= Pedro Andrés del Alcázar =

Chilean Army officer (1752–1820)

Marshal Pedro Andrés del Alcázar y Rodríguez de Zapata (12 December 1752 – 28 September 1820) was a Spanish and later Chilean Army officer and hero of the Chilean War of Independence.

==Early life==
Alcázar was born in the fort of San Diego de Alcalá, in Tucapel, the son of Andrés del Alcázar, an infantry captain and the fort's commander, and of Feliciana Rodríguez de Zapata y Sanhueza. began his military career in 1773 as a "distinguished" soldier in the Dragones de la Frontera cavalry regiment of the Spanish Army. When shortly after his official commission as a Cadet arrived from Spain, it was discovered that by a copyist mistake, it was made out to a Pedro del Alcázar instead of his real name Andrés del Alcázar. In order to solve the discrepancy, the commander of the regiment, Colonel Ambrosio O'Higgins ordered his act of baptism modified to read Pedro Andrés, the name he would be known ever after.

In 1776, del Alcázar was promoted to Alférez, to Lieutenant of the Dragones de la Frontera in 1783 and to Captain in 1785. He married Clara de Zumelzu Obregón y Ruiz de Berecedo In 1777, and together they had 7 children: Carmen, Juan Andrés, Mateo (who became a priest), Antonia, Juana, Teresa and José Antonio.

==War of Independence==
He supported the patriot side on the Chilean War of Independence from the beginning, and in 1811 he was dispatched by the First Government Junta to support the government of Buenos Aires, then under threat from a Royalist invasion. He took with him a small contingent, named the "disciplined troops" (Tropas Disciplinadas), composed of 200 infantry soldiers and 100 Dragones de la Frontera cavalry. Among the 27 officers he took along were the captains José Joaquín Prieto, future President and Manuel José Bulnes, father of the president of the same name. They arrived to Buenos Aires on June 16, where they supported José de San Martín and the creation of the Second Triumvirate during the revolution of October 8.

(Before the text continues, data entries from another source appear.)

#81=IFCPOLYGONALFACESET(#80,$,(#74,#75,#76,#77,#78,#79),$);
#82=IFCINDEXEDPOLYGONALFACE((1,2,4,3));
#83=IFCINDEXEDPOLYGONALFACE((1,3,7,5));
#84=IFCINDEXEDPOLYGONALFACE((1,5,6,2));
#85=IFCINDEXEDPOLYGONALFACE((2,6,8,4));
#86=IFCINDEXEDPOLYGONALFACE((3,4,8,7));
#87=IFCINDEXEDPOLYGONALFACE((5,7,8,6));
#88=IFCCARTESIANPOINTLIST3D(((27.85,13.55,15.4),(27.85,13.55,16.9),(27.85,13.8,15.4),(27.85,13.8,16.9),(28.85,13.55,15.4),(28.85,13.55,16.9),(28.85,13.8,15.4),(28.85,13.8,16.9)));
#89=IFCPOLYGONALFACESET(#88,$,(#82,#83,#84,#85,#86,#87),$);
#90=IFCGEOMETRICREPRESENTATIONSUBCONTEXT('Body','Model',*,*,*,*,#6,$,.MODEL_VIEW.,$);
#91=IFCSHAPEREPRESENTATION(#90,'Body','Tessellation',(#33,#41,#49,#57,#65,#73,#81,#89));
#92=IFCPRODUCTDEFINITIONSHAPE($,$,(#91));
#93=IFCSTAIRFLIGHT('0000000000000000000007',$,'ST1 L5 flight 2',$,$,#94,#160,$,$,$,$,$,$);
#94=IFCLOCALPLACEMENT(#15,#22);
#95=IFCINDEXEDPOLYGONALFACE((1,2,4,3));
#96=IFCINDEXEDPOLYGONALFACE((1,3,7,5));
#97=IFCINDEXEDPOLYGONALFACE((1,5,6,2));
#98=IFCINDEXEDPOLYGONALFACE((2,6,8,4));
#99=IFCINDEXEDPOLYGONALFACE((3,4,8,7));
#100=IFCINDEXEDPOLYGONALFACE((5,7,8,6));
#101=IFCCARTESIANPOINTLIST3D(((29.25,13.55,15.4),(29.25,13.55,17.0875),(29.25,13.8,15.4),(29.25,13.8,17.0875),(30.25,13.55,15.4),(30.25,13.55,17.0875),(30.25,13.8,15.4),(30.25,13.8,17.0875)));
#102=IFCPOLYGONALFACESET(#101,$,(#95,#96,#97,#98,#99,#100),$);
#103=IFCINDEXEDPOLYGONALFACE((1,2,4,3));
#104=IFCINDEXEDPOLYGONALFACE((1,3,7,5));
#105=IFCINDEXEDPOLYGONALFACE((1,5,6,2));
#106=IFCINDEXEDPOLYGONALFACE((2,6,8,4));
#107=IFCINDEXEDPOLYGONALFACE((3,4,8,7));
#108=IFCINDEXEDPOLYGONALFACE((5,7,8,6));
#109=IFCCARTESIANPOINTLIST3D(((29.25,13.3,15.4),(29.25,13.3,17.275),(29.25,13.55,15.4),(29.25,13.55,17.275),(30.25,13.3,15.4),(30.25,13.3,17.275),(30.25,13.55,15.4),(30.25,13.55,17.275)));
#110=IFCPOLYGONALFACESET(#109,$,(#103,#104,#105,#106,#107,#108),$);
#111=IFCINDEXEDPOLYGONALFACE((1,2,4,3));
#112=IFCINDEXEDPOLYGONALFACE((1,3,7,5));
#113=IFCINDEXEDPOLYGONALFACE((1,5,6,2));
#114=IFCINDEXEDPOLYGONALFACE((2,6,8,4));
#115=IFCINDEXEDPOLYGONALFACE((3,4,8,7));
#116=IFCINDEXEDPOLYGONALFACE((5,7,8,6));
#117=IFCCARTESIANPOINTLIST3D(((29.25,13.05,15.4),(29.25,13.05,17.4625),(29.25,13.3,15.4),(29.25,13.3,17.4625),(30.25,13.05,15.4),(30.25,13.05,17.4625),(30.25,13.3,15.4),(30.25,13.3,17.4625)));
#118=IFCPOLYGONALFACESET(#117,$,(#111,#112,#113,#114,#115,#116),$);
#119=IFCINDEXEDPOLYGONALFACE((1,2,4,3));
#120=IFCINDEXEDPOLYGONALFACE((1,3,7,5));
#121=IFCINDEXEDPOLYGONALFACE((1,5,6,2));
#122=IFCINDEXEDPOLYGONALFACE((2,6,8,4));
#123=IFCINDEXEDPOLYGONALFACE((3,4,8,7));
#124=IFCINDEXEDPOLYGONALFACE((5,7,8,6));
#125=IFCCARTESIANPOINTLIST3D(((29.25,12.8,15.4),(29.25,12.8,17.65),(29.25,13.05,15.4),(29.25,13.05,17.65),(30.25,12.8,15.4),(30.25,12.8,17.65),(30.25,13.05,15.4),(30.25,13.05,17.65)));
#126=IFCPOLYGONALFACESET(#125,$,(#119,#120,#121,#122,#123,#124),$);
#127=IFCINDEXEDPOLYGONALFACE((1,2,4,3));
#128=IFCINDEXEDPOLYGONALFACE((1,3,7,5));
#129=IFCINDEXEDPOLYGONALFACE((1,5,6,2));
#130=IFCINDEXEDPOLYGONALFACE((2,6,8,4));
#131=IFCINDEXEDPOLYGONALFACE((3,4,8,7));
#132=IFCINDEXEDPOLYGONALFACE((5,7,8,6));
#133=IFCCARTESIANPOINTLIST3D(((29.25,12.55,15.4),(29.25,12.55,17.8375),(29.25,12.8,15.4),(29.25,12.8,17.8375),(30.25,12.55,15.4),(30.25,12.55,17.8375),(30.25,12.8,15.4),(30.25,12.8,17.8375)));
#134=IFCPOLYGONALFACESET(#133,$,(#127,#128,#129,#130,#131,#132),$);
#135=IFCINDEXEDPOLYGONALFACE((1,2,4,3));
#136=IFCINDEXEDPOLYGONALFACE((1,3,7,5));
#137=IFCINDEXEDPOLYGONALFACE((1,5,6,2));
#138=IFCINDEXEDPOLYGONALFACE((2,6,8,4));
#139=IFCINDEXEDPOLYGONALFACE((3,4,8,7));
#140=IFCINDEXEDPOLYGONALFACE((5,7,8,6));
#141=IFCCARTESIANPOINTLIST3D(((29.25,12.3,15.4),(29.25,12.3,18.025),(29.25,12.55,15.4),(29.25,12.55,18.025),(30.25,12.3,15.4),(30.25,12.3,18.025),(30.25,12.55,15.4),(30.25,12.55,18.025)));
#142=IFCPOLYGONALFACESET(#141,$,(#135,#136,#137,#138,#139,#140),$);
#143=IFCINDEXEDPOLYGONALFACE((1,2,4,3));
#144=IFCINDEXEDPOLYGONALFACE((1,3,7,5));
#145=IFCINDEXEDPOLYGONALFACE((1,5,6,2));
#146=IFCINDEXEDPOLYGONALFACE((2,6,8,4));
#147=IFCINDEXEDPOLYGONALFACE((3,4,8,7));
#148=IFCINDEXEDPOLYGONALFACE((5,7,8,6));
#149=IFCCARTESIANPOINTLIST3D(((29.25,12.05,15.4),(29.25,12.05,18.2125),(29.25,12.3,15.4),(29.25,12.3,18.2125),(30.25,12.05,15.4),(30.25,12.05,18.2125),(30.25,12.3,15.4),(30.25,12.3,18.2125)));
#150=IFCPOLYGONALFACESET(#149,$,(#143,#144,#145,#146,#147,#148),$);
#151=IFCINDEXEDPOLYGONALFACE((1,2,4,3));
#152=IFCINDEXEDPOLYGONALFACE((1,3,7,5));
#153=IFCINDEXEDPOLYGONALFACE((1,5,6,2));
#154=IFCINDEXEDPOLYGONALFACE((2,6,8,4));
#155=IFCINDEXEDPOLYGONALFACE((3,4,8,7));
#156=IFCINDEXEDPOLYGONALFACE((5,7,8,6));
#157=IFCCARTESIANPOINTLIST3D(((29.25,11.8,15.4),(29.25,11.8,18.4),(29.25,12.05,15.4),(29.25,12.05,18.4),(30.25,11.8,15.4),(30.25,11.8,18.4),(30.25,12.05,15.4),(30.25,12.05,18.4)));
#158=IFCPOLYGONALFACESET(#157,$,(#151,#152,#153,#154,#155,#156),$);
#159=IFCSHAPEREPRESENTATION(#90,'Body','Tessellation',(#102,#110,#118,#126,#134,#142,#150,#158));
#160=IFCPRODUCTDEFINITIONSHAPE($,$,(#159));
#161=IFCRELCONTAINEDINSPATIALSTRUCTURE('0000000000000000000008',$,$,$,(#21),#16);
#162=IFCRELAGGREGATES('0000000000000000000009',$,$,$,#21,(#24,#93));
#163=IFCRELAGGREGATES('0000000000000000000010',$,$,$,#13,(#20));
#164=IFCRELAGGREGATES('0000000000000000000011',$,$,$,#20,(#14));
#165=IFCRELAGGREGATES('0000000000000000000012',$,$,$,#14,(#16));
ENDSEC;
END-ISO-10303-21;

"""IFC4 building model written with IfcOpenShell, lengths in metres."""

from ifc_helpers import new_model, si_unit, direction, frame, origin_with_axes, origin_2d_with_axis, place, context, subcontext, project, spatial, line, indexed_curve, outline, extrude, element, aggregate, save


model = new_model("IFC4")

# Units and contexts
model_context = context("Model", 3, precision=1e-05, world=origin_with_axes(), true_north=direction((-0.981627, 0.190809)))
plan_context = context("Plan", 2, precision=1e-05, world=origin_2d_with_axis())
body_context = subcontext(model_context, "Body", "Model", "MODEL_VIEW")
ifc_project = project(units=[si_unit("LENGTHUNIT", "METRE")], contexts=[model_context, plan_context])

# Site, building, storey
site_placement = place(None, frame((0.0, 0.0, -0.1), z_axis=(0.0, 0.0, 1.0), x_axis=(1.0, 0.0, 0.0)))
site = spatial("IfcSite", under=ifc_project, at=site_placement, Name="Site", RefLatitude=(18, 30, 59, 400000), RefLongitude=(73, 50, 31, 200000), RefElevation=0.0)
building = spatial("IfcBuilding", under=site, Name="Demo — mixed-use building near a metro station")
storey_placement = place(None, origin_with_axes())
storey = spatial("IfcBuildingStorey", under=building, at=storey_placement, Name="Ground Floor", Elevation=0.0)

===Patria Vieja campaign===
In April 1813, Alcázar requested permission from the governing body of the United Provinces of the Río de la Plata to return to Chile together with his troop, in order to help in the defense of the country. The troops left Buenos Aires on April 18, crossed the Andes at the end of May and arrived to Santiago on June 4, where was received with wild enthusiasm. The Chilean government first sent the "disciplined troops" to defend Valparaíso, but soon after they were sent south to defend Talca, where they were incorporated into the Auxiliary Division. As part of this division, under the command of Colonel Marcos González de Balcarce, they captured Longaví, Cauquenes and Quirihue.

After the capture of the frigate Thomas, Alcázar was charged with the protection of José Ignacio Cienfuegos, the commissioner transporting the captured money and documents taken to the Royalist army. Later, on the Battle of Cucha-Cucha (February 23), Del Alcázar was second in command to Brigadier Juan Mackenna.